**RECORDS FOR THE EXERCISE**
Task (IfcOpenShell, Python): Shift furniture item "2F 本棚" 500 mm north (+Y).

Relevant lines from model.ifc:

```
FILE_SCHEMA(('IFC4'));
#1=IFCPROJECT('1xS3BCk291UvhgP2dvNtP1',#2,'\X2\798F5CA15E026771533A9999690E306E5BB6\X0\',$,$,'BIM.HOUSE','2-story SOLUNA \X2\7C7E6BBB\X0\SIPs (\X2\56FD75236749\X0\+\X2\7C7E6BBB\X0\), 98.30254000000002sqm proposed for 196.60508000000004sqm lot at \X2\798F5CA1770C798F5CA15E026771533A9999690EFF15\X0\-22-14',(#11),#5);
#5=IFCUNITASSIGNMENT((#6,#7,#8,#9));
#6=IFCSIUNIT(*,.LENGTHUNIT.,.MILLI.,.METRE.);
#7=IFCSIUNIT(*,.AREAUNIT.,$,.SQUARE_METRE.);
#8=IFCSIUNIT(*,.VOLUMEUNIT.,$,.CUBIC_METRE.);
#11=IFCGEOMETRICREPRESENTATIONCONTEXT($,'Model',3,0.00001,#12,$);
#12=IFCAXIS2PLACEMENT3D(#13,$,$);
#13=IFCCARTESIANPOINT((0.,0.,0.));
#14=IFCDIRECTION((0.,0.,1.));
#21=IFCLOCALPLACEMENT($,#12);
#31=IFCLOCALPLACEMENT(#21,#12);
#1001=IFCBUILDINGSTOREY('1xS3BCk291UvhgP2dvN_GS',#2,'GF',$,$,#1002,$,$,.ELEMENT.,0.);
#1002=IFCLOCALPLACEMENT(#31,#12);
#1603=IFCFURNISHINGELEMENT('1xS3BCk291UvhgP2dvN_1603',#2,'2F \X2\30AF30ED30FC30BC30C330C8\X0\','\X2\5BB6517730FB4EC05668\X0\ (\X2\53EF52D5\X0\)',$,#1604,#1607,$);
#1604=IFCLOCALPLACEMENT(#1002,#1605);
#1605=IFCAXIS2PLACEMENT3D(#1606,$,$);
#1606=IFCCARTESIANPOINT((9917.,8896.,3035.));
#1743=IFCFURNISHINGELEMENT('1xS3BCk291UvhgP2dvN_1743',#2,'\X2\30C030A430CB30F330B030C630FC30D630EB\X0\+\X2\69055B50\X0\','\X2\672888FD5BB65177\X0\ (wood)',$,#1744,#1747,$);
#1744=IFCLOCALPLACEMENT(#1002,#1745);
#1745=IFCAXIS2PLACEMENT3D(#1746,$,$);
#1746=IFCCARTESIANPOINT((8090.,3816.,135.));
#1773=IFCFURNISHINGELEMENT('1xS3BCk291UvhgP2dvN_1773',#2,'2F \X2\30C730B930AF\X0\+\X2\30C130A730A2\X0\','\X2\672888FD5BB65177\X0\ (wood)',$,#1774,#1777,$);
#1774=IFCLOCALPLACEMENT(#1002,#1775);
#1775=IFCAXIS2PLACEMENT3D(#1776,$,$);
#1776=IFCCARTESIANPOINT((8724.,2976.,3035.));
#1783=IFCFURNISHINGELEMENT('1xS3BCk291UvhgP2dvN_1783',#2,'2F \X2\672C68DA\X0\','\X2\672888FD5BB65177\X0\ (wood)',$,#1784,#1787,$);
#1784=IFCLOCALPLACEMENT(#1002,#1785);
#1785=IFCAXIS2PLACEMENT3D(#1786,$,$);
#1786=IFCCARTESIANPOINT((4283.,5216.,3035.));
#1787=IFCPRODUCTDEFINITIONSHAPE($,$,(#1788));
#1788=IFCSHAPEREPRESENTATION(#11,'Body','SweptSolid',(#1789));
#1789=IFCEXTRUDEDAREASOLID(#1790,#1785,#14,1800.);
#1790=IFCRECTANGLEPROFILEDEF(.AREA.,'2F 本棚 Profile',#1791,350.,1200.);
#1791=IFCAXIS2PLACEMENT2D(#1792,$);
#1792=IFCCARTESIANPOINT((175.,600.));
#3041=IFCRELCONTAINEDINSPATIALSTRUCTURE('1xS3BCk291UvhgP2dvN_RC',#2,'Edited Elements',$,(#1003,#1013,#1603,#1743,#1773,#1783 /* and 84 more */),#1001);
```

```python
import ifcopenshell
import ifcopenshell.api.geometry
import ifcopenshell.util.placement

model = ifcopenshell.open("model.ifc")

item = model.by_id(1783)
matrix = ifcopenshell.util.placement.get_local_placement(item.ObjectPlacement)
matrix[1, 3] += 500.0
ifcopenshell.api.geometry.edit_object_placement(model, product=item, matrix=matrix, is_si=False)

print(ifcopenshell.util.placement.get_local_placement(item.ObjectPlacement).round(3) + 0.0)

model.write("model_updated.ifc")
```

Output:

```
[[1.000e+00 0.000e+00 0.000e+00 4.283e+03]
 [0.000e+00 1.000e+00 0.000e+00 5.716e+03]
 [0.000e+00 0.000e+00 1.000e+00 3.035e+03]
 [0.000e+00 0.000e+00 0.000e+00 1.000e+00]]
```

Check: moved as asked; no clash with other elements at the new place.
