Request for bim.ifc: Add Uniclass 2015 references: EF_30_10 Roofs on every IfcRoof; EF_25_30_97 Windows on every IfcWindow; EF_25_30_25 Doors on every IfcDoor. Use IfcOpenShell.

First a look at what the model holds.

```python
import ifcopenshell

model = ifcopenshell.open("bim.ifc")
print(model.schema)
print("classifications:", [c.Name for c in model.by_type("IfcClassification")])
for ifc_class in ("IfcDoor", "IfcRoof", "IfcStair", "IfcWall", "IfcWindow"):
    print(ifc_class, len(model.by_type(ifc_class)))
```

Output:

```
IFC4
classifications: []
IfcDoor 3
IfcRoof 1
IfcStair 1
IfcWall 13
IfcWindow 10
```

```python
import ifcopenshell
import ifcopenshell.api.classification

model = ifcopenshell.open("bim.ifc")

system = ifcopenshell.api.classification.add_classification(model, classification="Uniclass 2015")

codes = {
    "IfcRoof": ("EF_30_10", "Roofs"),
    "IfcWindow": ("EF_25_30_97", "Windows"),
    "IfcDoor": ("EF_25_30_25", "Doors"),
}
for ifc_class, (code, name) in codes.items():
    products = model.by_type(ifc_class)
    ifcopenshell.api.classification.add_reference(
        model, products=products, classification=system, identification=code, name=name
    )
    print(code, len(products))

model.write("bim_v2.ifc")
```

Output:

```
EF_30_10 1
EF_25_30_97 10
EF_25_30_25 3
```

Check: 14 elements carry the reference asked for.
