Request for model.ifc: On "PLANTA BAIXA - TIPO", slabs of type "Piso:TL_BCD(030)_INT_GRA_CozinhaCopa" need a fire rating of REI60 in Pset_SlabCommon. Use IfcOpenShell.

First a look at what the model holds.

```python
import ifcopenshell
import ifcopenshell.util.element

model = ifcopenshell.open("model.ifc")
print(model.schema)
storey = next(s for s in model.by_type("IfcBuildingStorey") if s.Name == "PLANTA BAIXA - TIPO")
slabs = [e for e in ifcopenshell.util.element.get_decomposition(storey) if e.is_a("IfcSlab")]
seen = {}
for e in slabs:
    element_type = ifcopenshell.util.element.get_type(e)
    key = (element_type.Name if element_type != e and element_type else None, ifcopenshell.util.element.get_pset(e, "Pset_SlabCommon", "FireRating"))
    seen[key] = seen.get(key, 0) + 1
for (name, value), count in sorted(seen.items(), key=str):
    print(count, "x", name, "|", value)
```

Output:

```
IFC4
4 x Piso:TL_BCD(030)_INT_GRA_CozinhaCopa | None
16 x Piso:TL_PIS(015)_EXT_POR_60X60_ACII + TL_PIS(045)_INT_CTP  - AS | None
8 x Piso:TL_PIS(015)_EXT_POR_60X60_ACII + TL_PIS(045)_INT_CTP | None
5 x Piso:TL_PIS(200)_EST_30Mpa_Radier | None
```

```python
import ifcopenshell
import ifcopenshell.api.pset
import ifcopenshell.util.element

model = ifcopenshell.open("model.ifc")

storey = next(s for s in model.by_type("IfcBuildingStorey") if s.Name == "PLANTA BAIXA - TIPO")
slabs = [e for e in ifcopenshell.util.element.get_decomposition(storey) if e.is_a("IfcSlab")]

count = 0
for e in slabs:
    element_type = ifcopenshell.util.element.get_type(e)
    if element_type in (None, e) or element_type.Name != "Piso:TL_BCD(030)_INT_GRA_CozinhaCopa":
        continue
    # add_pset returns the element's existing set when there is one.
    pset = ifcopenshell.api.pset.add_pset(model, product=e, name="Pset_SlabCommon")
    ifcopenshell.api.pset.edit_pset(model, pset=pset, properties={"FireRating": "REI60"})
    count += 1

print(count, "slabs updated")

model.write("model_rev.ifc")
```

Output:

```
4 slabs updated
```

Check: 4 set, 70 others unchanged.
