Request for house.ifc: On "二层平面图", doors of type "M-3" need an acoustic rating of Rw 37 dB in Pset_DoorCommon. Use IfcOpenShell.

First a look at what the model holds.

```python
import ifcopenshell
import ifcopenshell.util.element

model = ifcopenshell.open("house.ifc")
print(model.schema)
storey = next(s for s in model.by_type("IfcBuildingStorey") if s.Name == "二层平面图")
doors = [e for e in ifcopenshell.util.element.get_decomposition(storey) if e.is_a("IfcDoor")]
seen = {}
for e in doors:
    element_type = ifcopenshell.util.element.get_type(e)
    key = (element_type.Name if element_type != e and element_type else None, ifcopenshell.util.element.get_pset(e, "Pset_DoorCommon", "AcousticRating"))
    seen[key] = seen.get(key, 0) + 1
for (name, value), count in sorted(seen.items(), key=str):
    print(count, "x", name, "|", value)
```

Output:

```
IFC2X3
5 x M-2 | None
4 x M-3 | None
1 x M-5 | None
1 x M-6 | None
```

```python
import ifcopenshell
import ifcopenshell.api.pset
import ifcopenshell.util.element

model = ifcopenshell.open("house.ifc")

storey = next(s for s in model.by_type("IfcBuildingStorey") if s.Name == "二层平面图")
doors = [e for e in ifcopenshell.util.element.get_decomposition(storey) if e.is_a("IfcDoor")]

count = 0
for e in doors:
    element_type = ifcopenshell.util.element.get_type(e)
    if element_type in (None, e) or element_type.Name != "M-3":
        continue
    # add_pset returns the element's existing set when there is one.
    pset = ifcopenshell.api.pset.add_pset(model, product=e, name="Pset_DoorCommon")
    ifcopenshell.api.pset.edit_pset(model, pset=pset, properties={"AcousticRating": "Rw 37 dB"})
    count += 1

print(count, "doors updated")

model.write("house-out.ifc")
```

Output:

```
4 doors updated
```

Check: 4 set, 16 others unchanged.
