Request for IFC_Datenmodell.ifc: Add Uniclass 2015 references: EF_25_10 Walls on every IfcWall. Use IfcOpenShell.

First a look at what the model holds.

```python
import ifcopenshell

model = ifcopenshell.open("IFC_Datenmodell.ifc")
print(model.schema)
print("classifications:", [c.Name for c in model.by_type("IfcClassification")])
for ifc_class in ("IfcDoor", "IfcRoof", "IfcStair", "IfcWall", "IfcWindow"):
    print(ifc_class, len(model.by_type(ifc_class)))
```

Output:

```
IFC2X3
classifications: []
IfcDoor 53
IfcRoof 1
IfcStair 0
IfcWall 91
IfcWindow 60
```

```python
import ifcopenshell
import ifcopenshell.api.classification

model = ifcopenshell.open("IFC_Datenmodell.ifc")

# IFC2X3 requires Source and Edition and has no link from the project to the system.
system = model.create_entity("IfcClassification", Source="NBS", Edition="2015", Name="Uniclass 2015")

codes = {
    "IfcWall": ("EF_25_10", "Walls"),
}
for ifc_class, (code, name) in codes.items():
    products = model.by_type(ifc_class)
    ifcopenshell.api.classification.add_reference(
        model, products=products, classification=system, identification=code, name=name
    )
    print(code, len(products))

model.write("IFC_Datenmodell_v2.ifc")
```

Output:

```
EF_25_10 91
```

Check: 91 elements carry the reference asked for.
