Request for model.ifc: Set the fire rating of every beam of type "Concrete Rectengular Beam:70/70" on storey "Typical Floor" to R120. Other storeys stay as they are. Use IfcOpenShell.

First a look at what the model holds.

```python
import ifcopenshell
import ifcopenshell.util.element

model = ifcopenshell.open("model.ifc")
print(model.schema)
storey = next(s for s in model.by_type("IfcBuildingStorey") if s.Name == "Typical Floor")
beams = [e for e in ifcopenshell.util.element.get_decomposition(storey) if e.is_a("IfcBeam")]
seen = {}
for e in beams:
    element_type = ifcopenshell.util.element.get_type(e)
    key = (element_type.Name if element_type != e and element_type else None, ifcopenshell.util.element.get_pset(e, "Pset_BeamCommon", "FireRating"))
    seen[key] = seen.get(key, 0) + 1
for (name, value), count in sorted(seen.items(), key=str):
    print(count, "x", name, "|", value)
```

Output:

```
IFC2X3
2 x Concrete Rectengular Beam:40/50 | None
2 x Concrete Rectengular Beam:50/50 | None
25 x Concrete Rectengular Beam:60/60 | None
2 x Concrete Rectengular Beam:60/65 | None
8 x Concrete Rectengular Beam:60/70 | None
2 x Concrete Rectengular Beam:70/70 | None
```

```python
import ifcopenshell
import ifcopenshell.api.pset
import ifcopenshell.util.element

model = ifcopenshell.open("model.ifc")

storey = next(s for s in model.by_type("IfcBuildingStorey") if s.Name == "Typical Floor")
beams = [e for e in ifcopenshell.util.element.get_decomposition(storey) if e.is_a("IfcBeam")]

count = 0
for e in beams:
    element_type = ifcopenshell.util.element.get_type(e)
    if element_type in (None, e) or element_type.Name != "Concrete Rectengular Beam:70/70":
        continue
    # add_pset returns the element's existing set when there is one.
    pset = ifcopenshell.api.pset.add_pset(model, product=e, name="Pset_BeamCommon")
    ifcopenshell.api.pset.edit_pset(model, pset=pset, properties={"FireRating": "R120"})
    count += 1

print(count, "beams updated")

model.write("model_edited.ifc")
```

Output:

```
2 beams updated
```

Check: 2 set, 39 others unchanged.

**AIM OF THE EXERCISE**
Search the material for "others" and copy each matching line.

**RESULT OF THIS EXERCISE**
Check: 4 set, 70 others unchanged.
Check: 4 set, 16 others unchanged.
Check: 2 set, 39 others unchanged.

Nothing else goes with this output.